Professor: Jin-Yi Cai, 4393 CS, 262-3158, jyc@cs.wisc.edu. Time and Place: Tuesday and Thursday, 1:00 to 2:15, 1289 COMP S\&ST Office Hours: Thursday, 2:15 to 3:30, or by appointment. Text: We will use our own notes
This course is a first year graduate level introduction to Computational Complexity Theory.
We will start with a review of some topics from a typical undergraduate course in Theory of Computing, including such concepts as Turing machines, recursive functions, computability and incomputability, and the Church-Turing thesis.

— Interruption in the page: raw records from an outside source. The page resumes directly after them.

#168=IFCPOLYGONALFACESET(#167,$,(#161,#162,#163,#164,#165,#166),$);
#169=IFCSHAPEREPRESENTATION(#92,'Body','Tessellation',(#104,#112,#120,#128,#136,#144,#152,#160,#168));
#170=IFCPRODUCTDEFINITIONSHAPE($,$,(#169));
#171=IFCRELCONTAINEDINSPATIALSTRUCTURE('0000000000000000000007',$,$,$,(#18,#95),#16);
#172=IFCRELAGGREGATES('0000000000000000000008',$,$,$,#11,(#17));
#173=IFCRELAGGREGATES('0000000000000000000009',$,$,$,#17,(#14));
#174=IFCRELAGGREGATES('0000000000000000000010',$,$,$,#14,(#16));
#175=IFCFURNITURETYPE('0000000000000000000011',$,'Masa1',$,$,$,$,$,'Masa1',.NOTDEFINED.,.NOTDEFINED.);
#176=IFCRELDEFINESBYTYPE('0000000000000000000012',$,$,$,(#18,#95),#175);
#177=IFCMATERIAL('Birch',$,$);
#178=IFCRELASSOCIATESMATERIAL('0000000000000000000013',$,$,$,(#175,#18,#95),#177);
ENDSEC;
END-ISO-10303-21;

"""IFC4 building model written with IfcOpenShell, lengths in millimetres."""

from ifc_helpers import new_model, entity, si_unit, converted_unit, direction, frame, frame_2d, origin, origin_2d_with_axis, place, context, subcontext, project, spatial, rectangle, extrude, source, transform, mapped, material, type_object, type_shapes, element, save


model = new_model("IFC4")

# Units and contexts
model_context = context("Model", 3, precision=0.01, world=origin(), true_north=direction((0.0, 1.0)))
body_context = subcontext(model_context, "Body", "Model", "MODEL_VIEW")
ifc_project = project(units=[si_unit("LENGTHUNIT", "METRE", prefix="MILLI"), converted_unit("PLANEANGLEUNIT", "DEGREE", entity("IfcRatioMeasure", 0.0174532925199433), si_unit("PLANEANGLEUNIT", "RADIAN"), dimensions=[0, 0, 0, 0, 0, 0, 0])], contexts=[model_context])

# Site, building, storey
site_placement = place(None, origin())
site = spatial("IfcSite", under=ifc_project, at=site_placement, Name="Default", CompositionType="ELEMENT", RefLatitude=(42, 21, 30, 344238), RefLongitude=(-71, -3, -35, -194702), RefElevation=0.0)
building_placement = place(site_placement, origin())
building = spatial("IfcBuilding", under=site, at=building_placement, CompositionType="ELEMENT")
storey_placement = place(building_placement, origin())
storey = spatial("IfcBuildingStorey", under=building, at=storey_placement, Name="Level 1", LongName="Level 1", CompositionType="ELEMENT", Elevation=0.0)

We then consider time and space bounded computation; deterministic and non-deterministic time classes and space classes, LOGSPACE, NL, P, NP, PSPACE, etc; Savitch's theorem, Immerman-Szelepcsenyi Theorem, Cook-Levin Theorem, NP-completeness and P-completeness, Karp's problems. We will also introduce randomized complexity classes ZPP, RP, BPP; polynomial time hierarchy; Sipser-Lautemann Theorem, interactive proofs, Arthur-Merlin Games, LFKN protocol and Shamir's Theorem (with a proof by Shen, using "diagram chasing"), probabilistically checkable proofs; non-uniform complexity, Karp-Lipton Theorem, graph non-isomorphism problem; circuit lower bounds, bounded depth circuits; Counting problems and Valiant's theory, Permanent and determinant problem. If time permit we may also discuss other topics such as pseudorandom generators and hardness versus randomness, or dichotomy theorems.
CS520 or equivalent is highly recommended, although a student with a strong undergraduate mathematics background can handle the material well and can make up any missing background from CS 520 without too much difficulty. (More concretely, it is more important to have the ability to reason rigorously at the level prepared for by CS520, or some equivalent course, than the particular topics from CS520. Although some familiarity with Finite Automata and Turing Computability etc are certainly helpful, they are not essential. For a student who is strong in undergraduate mathematical background, the needed background can be picked up quickly. )
Your grade will be based on scribbing and problem sets and on a final take-home exam or a project. Feel free to work in groups on problem sets, but all writeups should be done on your own.